Fast-paced, hard-hitting and intense, this is not your typical legal thriller. Kia Abdullah has just cemented her place on my list of auto-buy authors. Outstanding and addictive, this is one I can’t recommend highly enough.
MEET THE AUTHOR:
*From Kia’s Website
Kia Abdullah is an author and travel writer from London. Her novel Take It Back was named one of the best thrillers of th year by The Guardian and Telegraph and was selected for an industry-first audio serialisation by HarperCollins and The Pigeonhole.
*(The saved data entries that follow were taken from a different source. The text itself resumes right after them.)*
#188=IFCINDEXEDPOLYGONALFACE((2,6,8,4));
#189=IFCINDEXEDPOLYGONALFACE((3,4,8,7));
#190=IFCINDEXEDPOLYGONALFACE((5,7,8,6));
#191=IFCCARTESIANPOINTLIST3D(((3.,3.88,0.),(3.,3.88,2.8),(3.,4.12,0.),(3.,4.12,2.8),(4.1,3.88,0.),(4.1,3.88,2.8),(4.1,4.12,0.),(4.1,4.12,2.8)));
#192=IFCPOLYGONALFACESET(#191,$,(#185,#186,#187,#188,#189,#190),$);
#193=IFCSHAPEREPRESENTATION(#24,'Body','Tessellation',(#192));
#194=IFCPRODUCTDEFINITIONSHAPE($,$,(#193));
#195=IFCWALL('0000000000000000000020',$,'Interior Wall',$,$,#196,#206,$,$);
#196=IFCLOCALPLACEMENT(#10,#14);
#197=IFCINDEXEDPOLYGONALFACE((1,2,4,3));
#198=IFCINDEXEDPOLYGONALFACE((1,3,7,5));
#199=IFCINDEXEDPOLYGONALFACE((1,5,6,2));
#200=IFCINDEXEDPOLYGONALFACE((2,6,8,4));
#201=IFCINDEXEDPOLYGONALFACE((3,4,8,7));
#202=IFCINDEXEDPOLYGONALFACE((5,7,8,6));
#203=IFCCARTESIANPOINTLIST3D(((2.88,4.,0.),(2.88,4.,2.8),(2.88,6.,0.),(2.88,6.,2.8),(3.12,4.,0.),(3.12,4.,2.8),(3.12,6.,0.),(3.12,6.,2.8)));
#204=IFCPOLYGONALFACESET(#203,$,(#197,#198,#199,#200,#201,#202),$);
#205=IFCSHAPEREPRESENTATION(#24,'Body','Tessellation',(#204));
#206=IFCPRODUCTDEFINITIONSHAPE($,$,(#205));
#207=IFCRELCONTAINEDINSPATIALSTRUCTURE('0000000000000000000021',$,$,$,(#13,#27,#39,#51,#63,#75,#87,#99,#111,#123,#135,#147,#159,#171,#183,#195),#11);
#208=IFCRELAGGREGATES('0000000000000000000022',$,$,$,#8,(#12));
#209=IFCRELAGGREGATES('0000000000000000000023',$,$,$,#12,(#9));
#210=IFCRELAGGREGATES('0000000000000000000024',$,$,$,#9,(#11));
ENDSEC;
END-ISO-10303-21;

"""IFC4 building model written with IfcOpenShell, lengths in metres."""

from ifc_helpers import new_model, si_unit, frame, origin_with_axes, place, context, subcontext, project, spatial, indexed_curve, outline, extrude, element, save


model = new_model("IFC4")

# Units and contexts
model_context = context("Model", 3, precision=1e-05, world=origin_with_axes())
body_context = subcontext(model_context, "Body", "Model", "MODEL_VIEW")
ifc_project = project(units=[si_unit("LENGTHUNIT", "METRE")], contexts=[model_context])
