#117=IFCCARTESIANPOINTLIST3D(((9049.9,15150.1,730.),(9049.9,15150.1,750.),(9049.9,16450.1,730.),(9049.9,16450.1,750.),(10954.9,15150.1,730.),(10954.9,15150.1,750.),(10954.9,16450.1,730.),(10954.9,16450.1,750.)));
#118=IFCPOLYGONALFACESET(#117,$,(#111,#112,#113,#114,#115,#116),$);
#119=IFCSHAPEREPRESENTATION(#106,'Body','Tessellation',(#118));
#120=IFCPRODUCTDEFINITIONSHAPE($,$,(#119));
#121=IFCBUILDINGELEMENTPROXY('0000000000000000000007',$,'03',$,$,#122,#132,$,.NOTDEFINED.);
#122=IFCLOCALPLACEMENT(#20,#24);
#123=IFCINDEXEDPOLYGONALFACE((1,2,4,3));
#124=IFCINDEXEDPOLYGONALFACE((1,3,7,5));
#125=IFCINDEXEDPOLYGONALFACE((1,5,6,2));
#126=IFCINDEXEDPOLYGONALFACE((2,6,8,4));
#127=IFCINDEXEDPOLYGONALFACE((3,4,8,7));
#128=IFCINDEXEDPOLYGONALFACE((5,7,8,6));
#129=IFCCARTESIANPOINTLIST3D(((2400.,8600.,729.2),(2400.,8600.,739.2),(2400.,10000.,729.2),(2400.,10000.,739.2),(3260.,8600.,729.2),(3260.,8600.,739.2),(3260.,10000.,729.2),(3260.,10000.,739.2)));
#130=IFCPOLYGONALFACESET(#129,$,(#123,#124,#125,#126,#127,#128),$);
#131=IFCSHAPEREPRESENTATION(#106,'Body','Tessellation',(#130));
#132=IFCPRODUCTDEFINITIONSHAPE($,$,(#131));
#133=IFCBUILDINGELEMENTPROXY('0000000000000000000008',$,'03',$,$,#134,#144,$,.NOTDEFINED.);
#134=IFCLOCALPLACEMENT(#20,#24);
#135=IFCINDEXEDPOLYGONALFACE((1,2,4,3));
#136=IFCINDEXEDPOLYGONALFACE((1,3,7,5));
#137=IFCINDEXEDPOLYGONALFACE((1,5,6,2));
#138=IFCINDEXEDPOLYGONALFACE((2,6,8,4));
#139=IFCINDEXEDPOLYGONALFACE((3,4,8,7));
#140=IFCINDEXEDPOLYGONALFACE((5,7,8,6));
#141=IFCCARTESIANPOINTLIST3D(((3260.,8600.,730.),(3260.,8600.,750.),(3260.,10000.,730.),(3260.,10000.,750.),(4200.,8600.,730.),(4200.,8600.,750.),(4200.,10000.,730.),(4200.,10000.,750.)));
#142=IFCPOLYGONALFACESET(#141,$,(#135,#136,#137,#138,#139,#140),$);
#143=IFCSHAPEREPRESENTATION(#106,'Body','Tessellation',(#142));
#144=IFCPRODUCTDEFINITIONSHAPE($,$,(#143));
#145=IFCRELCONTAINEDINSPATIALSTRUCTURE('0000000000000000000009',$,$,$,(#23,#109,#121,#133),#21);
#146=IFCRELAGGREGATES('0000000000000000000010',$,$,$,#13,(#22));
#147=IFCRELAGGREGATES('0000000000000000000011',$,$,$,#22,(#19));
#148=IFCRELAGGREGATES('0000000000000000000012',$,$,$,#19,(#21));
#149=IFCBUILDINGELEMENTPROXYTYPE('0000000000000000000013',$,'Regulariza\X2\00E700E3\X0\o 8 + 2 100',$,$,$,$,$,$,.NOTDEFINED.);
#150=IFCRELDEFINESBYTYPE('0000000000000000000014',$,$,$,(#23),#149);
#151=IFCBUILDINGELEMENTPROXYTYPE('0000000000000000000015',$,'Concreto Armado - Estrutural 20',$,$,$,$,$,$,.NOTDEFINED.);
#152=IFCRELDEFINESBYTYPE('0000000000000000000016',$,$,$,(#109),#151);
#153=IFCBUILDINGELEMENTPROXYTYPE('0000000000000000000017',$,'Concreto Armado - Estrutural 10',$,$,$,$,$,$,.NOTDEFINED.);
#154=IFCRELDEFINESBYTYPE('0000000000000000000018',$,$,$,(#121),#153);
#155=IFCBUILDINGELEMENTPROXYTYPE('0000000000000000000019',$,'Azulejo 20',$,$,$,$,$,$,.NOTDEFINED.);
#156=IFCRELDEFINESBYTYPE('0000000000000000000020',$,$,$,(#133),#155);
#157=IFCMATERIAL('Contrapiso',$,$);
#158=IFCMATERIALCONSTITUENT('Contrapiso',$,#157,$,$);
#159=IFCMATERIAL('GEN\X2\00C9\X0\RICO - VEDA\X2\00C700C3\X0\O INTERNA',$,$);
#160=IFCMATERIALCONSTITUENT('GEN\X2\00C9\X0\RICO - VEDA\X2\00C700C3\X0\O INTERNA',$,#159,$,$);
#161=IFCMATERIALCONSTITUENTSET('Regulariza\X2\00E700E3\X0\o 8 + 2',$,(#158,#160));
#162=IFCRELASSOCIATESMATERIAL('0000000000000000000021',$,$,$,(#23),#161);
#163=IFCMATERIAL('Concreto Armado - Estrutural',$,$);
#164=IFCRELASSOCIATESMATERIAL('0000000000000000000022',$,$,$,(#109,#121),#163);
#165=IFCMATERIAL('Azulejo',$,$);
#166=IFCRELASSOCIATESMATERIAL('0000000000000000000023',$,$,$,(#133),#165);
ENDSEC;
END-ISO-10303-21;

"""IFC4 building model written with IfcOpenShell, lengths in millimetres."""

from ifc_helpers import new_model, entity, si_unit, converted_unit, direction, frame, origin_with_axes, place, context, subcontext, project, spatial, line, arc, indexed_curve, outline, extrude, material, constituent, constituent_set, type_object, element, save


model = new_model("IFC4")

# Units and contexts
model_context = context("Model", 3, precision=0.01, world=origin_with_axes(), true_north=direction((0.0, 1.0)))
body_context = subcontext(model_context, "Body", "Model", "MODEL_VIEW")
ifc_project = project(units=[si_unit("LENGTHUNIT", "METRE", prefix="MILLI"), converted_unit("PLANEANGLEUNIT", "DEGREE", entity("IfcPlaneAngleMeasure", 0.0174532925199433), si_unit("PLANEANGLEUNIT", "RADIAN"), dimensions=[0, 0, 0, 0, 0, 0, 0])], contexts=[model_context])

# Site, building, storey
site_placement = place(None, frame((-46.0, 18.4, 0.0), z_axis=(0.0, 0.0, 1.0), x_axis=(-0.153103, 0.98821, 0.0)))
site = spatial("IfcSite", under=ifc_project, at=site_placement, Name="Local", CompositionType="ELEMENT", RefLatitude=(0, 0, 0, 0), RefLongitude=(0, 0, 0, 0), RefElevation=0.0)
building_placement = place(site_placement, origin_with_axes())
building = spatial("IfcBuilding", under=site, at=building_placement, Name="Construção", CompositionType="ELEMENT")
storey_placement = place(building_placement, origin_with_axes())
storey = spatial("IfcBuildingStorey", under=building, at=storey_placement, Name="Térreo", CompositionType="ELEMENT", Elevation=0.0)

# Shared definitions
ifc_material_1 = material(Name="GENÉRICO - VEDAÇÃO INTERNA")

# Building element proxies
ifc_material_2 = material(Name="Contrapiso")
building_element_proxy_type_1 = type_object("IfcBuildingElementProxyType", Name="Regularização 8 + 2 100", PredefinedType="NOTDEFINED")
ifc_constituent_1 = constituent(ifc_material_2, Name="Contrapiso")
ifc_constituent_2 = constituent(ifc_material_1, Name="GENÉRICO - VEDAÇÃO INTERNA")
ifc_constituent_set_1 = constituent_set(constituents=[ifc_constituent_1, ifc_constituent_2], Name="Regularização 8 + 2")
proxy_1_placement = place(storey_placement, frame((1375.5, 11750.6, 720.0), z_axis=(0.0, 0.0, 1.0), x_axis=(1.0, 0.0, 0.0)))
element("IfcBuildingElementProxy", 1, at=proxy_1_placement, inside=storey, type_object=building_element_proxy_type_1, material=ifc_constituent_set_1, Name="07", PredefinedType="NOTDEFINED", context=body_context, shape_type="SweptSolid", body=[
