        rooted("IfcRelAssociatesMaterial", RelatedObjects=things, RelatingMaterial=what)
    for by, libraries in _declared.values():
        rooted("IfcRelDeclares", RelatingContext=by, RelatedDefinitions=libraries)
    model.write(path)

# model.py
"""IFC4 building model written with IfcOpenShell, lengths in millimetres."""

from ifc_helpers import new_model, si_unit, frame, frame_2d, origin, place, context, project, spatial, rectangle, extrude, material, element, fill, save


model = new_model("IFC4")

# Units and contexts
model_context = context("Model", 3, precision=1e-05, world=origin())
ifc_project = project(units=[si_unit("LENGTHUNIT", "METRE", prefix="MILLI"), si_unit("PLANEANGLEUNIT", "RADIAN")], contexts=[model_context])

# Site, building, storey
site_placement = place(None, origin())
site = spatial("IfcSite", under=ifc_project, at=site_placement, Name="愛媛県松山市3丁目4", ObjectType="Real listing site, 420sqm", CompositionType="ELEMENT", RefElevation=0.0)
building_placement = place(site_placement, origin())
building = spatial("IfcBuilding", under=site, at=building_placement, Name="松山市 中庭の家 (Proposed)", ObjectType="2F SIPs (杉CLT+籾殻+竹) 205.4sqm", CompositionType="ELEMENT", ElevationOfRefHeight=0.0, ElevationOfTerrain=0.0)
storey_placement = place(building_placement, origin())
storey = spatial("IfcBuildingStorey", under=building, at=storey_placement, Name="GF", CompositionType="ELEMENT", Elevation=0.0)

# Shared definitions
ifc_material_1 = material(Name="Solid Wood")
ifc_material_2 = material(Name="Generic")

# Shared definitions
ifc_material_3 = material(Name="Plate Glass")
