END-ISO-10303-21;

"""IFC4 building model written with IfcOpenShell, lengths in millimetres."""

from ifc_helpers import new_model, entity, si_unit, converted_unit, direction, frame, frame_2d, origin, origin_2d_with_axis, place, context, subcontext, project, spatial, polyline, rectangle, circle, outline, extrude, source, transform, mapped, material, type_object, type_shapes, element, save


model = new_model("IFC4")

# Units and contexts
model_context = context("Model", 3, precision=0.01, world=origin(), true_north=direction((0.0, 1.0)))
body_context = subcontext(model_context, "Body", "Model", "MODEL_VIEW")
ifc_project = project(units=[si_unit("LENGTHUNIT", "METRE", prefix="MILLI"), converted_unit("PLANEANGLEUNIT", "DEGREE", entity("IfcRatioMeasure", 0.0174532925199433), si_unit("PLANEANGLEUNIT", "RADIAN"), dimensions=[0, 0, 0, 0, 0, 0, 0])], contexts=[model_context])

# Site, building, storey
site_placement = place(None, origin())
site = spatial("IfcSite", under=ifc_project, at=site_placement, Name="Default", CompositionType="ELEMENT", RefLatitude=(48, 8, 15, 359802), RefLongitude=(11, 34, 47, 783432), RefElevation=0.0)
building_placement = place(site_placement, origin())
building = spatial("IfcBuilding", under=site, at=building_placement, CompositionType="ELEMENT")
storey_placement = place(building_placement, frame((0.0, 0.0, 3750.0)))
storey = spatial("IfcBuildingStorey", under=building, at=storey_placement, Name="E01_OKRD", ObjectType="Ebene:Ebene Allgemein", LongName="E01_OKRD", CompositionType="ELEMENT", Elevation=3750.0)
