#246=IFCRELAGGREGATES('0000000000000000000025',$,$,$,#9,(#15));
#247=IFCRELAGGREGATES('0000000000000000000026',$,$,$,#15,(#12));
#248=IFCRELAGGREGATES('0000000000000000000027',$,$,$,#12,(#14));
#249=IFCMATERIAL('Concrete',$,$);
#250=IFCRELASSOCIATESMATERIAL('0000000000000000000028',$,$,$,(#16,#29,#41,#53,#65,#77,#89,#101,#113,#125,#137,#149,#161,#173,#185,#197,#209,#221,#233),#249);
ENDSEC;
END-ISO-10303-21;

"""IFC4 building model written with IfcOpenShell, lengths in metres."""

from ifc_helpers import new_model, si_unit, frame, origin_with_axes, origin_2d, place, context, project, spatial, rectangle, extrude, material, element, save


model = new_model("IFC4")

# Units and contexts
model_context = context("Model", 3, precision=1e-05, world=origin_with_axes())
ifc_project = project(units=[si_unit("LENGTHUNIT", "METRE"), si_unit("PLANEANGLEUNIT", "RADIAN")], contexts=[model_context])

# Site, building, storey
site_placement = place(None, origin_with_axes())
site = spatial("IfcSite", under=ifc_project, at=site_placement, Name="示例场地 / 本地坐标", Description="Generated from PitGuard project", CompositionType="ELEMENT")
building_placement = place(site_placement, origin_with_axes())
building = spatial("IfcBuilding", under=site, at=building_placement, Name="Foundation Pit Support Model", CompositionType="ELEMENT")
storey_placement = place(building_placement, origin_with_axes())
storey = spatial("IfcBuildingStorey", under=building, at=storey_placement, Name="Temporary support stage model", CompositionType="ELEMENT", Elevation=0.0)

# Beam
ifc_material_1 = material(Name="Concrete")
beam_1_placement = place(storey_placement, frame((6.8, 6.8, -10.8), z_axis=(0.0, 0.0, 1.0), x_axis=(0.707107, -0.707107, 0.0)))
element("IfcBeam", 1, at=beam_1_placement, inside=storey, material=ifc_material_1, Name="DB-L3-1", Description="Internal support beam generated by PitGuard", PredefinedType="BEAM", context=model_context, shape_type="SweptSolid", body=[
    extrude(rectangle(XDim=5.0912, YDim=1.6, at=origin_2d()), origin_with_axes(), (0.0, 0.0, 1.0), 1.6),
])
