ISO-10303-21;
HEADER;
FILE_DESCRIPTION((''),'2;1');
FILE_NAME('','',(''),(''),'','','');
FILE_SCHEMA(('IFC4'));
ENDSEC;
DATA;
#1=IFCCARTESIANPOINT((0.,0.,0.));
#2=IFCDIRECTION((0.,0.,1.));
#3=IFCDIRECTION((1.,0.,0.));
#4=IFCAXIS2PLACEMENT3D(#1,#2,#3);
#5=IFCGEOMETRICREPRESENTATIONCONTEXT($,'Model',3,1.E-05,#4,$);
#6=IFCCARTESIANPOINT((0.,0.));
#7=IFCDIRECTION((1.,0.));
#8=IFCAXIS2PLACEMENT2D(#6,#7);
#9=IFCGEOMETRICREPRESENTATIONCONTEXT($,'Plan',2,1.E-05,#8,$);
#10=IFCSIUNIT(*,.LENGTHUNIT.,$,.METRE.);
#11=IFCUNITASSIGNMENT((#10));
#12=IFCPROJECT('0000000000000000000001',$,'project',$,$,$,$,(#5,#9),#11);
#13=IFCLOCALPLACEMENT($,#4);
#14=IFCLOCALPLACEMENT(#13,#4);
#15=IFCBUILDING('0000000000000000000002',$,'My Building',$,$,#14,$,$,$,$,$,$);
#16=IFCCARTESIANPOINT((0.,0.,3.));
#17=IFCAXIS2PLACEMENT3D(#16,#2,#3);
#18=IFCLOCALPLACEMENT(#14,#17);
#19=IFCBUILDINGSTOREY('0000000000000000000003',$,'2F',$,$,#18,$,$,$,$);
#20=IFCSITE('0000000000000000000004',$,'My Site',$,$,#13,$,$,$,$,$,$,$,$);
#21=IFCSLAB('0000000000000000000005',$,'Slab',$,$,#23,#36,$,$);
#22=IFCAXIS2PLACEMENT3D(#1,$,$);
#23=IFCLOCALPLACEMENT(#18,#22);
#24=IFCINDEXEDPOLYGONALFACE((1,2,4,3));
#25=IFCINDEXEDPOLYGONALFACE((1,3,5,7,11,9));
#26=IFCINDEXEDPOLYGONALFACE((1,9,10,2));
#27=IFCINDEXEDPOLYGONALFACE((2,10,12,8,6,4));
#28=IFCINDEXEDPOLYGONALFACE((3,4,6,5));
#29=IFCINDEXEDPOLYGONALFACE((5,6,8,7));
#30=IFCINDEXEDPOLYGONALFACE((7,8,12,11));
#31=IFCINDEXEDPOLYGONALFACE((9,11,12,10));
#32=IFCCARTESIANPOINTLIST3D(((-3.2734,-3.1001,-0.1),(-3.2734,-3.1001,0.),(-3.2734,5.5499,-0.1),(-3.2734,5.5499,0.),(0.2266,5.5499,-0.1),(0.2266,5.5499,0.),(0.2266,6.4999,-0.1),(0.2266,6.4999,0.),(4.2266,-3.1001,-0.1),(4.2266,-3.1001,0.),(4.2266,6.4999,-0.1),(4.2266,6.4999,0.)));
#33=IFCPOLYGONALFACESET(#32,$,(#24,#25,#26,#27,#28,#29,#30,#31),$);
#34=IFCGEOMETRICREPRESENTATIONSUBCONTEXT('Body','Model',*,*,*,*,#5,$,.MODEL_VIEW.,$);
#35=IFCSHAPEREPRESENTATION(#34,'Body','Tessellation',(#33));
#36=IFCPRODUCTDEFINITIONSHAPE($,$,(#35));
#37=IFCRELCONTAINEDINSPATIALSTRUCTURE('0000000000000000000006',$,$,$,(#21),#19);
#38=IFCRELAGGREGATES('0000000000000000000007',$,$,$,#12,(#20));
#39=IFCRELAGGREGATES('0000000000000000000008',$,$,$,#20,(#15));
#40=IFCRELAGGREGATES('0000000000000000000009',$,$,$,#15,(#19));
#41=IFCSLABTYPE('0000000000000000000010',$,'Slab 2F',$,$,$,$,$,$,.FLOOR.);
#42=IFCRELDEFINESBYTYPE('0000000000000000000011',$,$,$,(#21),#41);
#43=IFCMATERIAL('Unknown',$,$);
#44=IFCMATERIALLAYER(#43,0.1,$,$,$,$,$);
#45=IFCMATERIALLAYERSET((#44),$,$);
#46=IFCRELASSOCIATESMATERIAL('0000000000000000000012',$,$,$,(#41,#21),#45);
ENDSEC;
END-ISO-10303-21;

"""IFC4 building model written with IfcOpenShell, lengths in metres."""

from ifc_helpers import new_model, si_unit, frame, origin_with_axes, origin_2d_with_axis, place, context, subcontext, project, spatial, indexed_curve, outline, extrude, material, layer, layer_set, layer_usage, type_object, element, save


model = new_model("IFC4")

# Units and contexts
model_context = context("Model", 3, precision=1e-05, world=origin_with_axes())
plan_context = context("Plan", 2, precision=1e-05, world=origin_2d_with_axis())
body_context = subcontext(model_context, "Body", "Model", "MODEL_VIEW")
ifc_project = project(units=[si_unit("LENGTHUNIT", "METRE")], contexts=[model_context, plan_context])

# Site, building, storey
site_placement = place(None, origin_with_axes())
site = spatial("IfcSite", under=ifc_project, at=site_placement, Name="My Site")
building_placement = place(site_placement, origin_with_axes())
building = spatial("IfcBuilding", under=site, at=building_placement, Name="My Building")
storey_placement = place(building_placement, frame((0.0, 0.0, 3.0), z_axis=(0.0, 0.0, 1.0), x_axis=(1.0, 0.0, 0.0)))
storey = spatial("IfcBuildingStorey", under=building, at=storey_placement, Name="2F")

# Slab
ifc_material = material(Name="Unknown")
ifc_layer = layer(ifc_material, 0.1)
ifc_layer_set = layer_set([ifc_layer])
ifc_layer_usage = layer_usage(ifc_layer_set, "AXIS3", "POSITIVE", -0.1)
slab_type = type_object("IfcSlabType", Name="Slab 2F", PredefinedType="FLOOR", material=ifc_layer_set)
slab_placement = place(storey_placement, frame((4.2266, -3.1001, 0.0), z_axis=(0.0, 0.0, 1.0), x_axis=(1.0, 0.0, 0.0)))
element("IfcSlab", 1, at=slab_placement, inside=storey, type_object=slab_type, material=ifc_layer_usage, Name="Slab", context=body_context, shape_type="SweptSolid", body=[
    extrude(outline(indexed_curve([(0.0, 0.0), (-7.5, 0.0), (-7.5, 8.65), (-4.0, 8.65), (-4.0, 9.6), (0.0, 9.6), (0.0, 0.0)])), frame((0.0, 0.0, -0.1), z_axis=(0.0, 0.0, 1.0), x_axis=(1.0, 0.0, 0.0)), (0.0, 0.0, 1.0), 0.1),
])

save(model, "model.ifc")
Her follow-up novel, Truth Be Told, is out in September 2020 (HQ/HarperCollins).
Kia has written for The New York Times, The Guardian, The Telegraph and The Times, and is the founder of Asian Booklist, a non-profit organisation that advocates for diversity in publishing.
Born in Tower Hamlets in East London, Kia was raised in a family of eight children. As the most stubborn of six daughters, she constantly found herself in trouble for making choices that clashed with her parents’, a habit they came to accept when she became their first and only child to graduate from university – with a degree in Computer Science.
In 2007, Kia left her job in tech to pursue the one thing she had always wanted: a career as a writer, taking a 50% pay cut in the process. She worked as sub-editor and later features editor at Asian Woman Magazine where she interviewed British-Asian luminaries like Riz Ahmed, Meera Syal, Anoushka Shankar and Nitin Sawnhey.
Kia went on to join global publisher Penguin Random House where she helped grow digital readership at Rough Guides to over a million users per month. In 2014, she quit her day job to found Atlas & Boots, an outdoor travel blog now read by 250,000 people a month.
Today, she splits her time between London and the Yorkshire Dales town of Richmond, and spends her time writing, hiking, mentoring pupils from Tower Hamlets and visiting far-flung destinations for Atlas & Boots.
Kia loves to travel, hates to cook and periodically highlights that, in actual fact, she is one of nine children (one passed away), making her Seven of Nine… which is cool but only if you’re a Star Trek fan… which she is. But please don’t hold it against her.